[Raw data]
━━━━━━━━━━━━━━━━

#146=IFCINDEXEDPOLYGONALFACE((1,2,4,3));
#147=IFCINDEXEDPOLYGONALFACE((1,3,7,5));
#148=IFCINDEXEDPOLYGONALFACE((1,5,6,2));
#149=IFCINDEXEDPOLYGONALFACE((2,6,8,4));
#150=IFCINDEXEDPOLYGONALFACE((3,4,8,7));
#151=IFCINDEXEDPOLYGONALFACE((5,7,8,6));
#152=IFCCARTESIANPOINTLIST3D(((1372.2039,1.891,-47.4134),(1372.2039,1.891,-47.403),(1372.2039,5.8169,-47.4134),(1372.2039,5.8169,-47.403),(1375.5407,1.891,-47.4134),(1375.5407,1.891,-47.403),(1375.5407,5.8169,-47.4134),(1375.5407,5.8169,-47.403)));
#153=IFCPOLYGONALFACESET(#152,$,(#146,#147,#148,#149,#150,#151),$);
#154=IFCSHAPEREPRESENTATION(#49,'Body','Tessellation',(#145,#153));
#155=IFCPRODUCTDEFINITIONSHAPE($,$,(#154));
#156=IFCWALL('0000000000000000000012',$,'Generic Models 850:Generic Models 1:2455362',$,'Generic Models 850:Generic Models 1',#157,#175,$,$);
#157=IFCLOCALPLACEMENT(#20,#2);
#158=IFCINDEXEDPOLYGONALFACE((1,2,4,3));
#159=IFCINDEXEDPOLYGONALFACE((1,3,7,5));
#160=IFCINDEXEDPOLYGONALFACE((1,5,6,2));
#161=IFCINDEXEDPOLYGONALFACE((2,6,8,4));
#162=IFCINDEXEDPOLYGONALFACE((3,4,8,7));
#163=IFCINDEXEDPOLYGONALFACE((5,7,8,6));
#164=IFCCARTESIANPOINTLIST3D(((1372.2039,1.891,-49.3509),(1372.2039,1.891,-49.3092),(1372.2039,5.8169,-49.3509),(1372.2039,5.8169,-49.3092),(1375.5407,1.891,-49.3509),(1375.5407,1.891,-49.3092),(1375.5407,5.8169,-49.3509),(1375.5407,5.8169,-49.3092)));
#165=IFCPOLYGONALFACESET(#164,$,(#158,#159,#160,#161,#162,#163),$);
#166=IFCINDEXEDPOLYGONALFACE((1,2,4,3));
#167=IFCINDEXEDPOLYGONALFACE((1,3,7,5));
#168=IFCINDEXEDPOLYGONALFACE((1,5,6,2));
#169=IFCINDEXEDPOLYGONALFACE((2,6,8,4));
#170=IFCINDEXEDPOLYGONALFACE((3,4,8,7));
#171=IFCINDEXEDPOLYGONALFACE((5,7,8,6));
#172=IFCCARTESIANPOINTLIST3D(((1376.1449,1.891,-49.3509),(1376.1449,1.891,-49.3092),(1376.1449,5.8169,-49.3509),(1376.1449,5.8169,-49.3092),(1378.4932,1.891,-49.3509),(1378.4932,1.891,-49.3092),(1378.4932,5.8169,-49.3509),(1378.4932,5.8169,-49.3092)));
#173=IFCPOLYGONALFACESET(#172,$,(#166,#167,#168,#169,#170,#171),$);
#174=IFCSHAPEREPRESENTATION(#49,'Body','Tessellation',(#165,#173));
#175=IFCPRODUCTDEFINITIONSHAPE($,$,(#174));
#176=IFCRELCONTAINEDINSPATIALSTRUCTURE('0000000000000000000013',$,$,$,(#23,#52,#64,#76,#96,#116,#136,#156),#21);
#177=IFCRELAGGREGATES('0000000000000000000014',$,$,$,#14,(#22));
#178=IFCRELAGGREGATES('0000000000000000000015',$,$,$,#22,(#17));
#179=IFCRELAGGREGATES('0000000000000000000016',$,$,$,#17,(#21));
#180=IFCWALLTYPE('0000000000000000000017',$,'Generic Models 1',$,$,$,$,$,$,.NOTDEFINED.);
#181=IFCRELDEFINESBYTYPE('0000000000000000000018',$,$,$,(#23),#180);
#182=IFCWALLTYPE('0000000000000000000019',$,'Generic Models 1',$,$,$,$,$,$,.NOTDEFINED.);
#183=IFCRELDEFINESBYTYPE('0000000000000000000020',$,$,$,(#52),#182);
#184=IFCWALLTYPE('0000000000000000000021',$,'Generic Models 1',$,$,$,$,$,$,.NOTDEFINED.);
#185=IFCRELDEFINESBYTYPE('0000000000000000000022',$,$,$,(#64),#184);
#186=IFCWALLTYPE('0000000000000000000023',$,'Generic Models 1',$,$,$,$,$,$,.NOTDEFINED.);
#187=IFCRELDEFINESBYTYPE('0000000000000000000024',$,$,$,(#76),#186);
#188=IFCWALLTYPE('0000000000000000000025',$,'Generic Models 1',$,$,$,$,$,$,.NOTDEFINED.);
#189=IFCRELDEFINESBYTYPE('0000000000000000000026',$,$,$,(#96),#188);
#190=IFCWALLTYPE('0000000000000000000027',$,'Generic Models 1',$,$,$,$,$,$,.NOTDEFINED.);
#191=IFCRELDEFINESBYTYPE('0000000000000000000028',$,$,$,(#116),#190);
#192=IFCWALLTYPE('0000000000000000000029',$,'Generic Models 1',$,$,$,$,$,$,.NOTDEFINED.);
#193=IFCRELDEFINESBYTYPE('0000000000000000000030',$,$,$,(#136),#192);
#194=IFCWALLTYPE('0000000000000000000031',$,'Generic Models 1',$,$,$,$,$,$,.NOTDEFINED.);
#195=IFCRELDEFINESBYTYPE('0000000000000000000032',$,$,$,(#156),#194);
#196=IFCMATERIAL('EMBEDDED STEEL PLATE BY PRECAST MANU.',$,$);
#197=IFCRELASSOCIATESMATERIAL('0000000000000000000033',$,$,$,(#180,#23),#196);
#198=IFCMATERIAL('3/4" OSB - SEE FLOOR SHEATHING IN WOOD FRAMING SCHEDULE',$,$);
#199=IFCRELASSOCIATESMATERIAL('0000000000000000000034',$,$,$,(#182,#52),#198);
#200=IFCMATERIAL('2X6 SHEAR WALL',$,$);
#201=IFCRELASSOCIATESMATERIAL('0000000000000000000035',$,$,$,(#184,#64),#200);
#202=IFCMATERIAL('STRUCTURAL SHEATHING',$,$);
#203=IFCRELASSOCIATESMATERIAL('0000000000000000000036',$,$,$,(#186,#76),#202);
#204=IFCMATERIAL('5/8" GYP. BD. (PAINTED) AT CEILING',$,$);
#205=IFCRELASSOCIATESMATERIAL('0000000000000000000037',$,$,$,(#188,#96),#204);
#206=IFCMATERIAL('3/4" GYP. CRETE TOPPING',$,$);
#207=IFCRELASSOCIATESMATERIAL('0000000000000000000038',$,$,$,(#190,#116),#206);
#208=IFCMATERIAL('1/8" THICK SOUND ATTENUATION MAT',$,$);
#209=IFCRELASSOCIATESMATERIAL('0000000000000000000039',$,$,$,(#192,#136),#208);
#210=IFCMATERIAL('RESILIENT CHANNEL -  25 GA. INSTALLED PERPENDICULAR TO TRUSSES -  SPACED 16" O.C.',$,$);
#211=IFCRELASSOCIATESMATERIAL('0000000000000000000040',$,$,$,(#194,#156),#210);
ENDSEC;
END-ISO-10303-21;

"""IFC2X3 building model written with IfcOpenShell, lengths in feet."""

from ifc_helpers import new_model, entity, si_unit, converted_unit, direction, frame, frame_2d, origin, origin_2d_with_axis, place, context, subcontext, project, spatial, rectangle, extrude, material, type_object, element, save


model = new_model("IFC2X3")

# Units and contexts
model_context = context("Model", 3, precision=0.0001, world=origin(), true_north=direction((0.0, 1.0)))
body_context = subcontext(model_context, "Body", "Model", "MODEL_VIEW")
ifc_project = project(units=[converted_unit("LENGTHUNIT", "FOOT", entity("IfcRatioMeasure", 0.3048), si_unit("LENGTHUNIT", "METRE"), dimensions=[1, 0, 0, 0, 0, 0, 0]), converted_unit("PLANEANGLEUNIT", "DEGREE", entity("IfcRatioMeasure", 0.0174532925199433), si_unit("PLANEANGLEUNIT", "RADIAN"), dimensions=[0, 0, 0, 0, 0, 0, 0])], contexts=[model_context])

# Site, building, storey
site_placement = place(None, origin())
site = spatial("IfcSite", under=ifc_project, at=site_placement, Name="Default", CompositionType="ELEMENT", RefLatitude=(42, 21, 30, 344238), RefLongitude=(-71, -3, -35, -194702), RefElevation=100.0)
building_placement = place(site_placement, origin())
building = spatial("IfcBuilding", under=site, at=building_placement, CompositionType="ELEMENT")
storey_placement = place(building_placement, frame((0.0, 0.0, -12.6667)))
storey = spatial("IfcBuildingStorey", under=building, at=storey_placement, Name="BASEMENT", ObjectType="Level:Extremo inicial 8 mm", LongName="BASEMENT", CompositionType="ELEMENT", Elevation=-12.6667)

━━━━━━━━━━━━━━━━

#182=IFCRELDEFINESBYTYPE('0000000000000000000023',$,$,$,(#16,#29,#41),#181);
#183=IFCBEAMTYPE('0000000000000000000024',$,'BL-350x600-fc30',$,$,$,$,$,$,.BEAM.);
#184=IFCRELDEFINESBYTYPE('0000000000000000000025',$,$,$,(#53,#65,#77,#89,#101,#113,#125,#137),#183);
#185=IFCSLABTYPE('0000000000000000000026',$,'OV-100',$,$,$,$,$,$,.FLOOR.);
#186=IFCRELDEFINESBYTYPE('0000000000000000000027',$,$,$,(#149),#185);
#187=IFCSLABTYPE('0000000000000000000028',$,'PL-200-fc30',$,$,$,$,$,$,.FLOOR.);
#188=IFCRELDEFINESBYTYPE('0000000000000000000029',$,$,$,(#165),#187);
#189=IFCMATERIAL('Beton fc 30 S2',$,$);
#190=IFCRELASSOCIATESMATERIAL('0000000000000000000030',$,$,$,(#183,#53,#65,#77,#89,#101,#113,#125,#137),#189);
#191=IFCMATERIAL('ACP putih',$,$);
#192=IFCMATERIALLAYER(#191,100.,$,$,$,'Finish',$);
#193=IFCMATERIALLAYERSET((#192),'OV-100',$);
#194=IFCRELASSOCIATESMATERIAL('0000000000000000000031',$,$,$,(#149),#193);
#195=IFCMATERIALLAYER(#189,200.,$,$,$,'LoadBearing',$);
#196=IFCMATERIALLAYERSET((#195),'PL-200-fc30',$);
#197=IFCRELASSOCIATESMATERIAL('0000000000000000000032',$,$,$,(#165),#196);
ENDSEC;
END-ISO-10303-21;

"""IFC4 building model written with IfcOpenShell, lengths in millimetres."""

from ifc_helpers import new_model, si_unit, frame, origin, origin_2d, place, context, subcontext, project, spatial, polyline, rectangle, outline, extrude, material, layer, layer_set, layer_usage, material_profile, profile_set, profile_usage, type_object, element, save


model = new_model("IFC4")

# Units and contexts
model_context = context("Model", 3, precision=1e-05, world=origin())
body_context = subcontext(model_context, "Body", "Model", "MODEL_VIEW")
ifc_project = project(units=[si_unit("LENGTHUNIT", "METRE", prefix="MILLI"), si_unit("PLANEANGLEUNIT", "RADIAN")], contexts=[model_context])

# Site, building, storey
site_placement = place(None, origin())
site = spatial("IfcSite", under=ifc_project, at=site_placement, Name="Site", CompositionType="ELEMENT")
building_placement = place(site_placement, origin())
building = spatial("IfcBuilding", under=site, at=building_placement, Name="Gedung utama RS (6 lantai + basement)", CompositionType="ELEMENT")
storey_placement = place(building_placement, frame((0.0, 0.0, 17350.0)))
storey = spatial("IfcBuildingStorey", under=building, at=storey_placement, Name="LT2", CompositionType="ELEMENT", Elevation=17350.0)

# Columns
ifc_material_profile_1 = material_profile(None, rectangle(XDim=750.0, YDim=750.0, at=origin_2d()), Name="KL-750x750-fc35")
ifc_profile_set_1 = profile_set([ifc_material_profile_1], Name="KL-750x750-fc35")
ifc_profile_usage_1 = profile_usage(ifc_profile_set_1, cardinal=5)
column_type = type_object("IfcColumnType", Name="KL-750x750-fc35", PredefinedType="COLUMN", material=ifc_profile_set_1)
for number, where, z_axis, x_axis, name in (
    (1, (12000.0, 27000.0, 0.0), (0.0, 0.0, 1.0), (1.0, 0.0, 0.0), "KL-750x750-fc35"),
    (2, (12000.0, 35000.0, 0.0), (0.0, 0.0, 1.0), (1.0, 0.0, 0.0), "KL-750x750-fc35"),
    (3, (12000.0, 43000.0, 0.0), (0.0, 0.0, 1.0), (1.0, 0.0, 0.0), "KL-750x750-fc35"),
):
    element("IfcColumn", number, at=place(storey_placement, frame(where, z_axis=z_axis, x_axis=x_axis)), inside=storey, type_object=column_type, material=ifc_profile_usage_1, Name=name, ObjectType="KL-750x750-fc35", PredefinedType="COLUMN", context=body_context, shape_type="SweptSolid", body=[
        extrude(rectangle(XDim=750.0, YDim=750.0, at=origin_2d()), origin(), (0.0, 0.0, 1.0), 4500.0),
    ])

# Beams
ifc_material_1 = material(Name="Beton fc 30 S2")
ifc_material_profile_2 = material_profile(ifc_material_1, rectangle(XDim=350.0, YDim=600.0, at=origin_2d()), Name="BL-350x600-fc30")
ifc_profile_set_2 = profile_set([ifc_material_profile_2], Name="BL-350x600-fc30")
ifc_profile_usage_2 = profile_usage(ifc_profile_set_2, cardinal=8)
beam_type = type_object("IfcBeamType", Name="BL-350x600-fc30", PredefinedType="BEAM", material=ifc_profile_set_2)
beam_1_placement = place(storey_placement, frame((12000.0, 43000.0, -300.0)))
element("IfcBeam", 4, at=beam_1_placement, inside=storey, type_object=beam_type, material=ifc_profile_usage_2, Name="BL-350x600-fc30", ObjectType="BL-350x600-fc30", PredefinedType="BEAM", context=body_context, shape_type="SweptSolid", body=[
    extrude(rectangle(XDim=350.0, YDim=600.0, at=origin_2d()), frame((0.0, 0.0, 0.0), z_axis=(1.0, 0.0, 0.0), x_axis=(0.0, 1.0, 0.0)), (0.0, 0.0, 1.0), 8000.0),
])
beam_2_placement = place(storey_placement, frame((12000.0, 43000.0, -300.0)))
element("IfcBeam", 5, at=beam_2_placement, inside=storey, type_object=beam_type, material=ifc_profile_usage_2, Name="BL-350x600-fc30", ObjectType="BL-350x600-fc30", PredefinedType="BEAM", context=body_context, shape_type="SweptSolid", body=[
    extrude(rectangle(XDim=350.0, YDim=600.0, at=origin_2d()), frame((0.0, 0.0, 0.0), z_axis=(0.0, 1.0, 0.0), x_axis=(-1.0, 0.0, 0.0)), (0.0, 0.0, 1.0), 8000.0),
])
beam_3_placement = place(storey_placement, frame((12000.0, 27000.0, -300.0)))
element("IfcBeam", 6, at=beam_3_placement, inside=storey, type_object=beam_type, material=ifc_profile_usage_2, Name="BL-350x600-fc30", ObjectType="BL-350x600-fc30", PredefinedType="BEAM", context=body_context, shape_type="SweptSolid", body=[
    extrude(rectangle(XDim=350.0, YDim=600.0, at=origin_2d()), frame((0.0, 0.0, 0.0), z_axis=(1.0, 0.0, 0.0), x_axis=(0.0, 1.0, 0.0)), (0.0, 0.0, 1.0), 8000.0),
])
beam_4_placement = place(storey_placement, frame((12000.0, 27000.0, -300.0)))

━━━━━━━━━━━━━━━━

[Problem to work on] Pull out each line of the entries that contains "number".

[Solution to the exercise]
for number, where, z_axis, x_axis, name in (
    element("IfcColumn", number, at=place(storey_placement, frame(where, z_axis=z_axis, x_axis=x_axis)), inside=storey, type_object=column_type, material=ifc_profile_usage_1, Name=name, ObjectType="KL-750x750-fc35", PredefinedType="COLUMN", context=body_context, shape_type="SweptSolid", body=[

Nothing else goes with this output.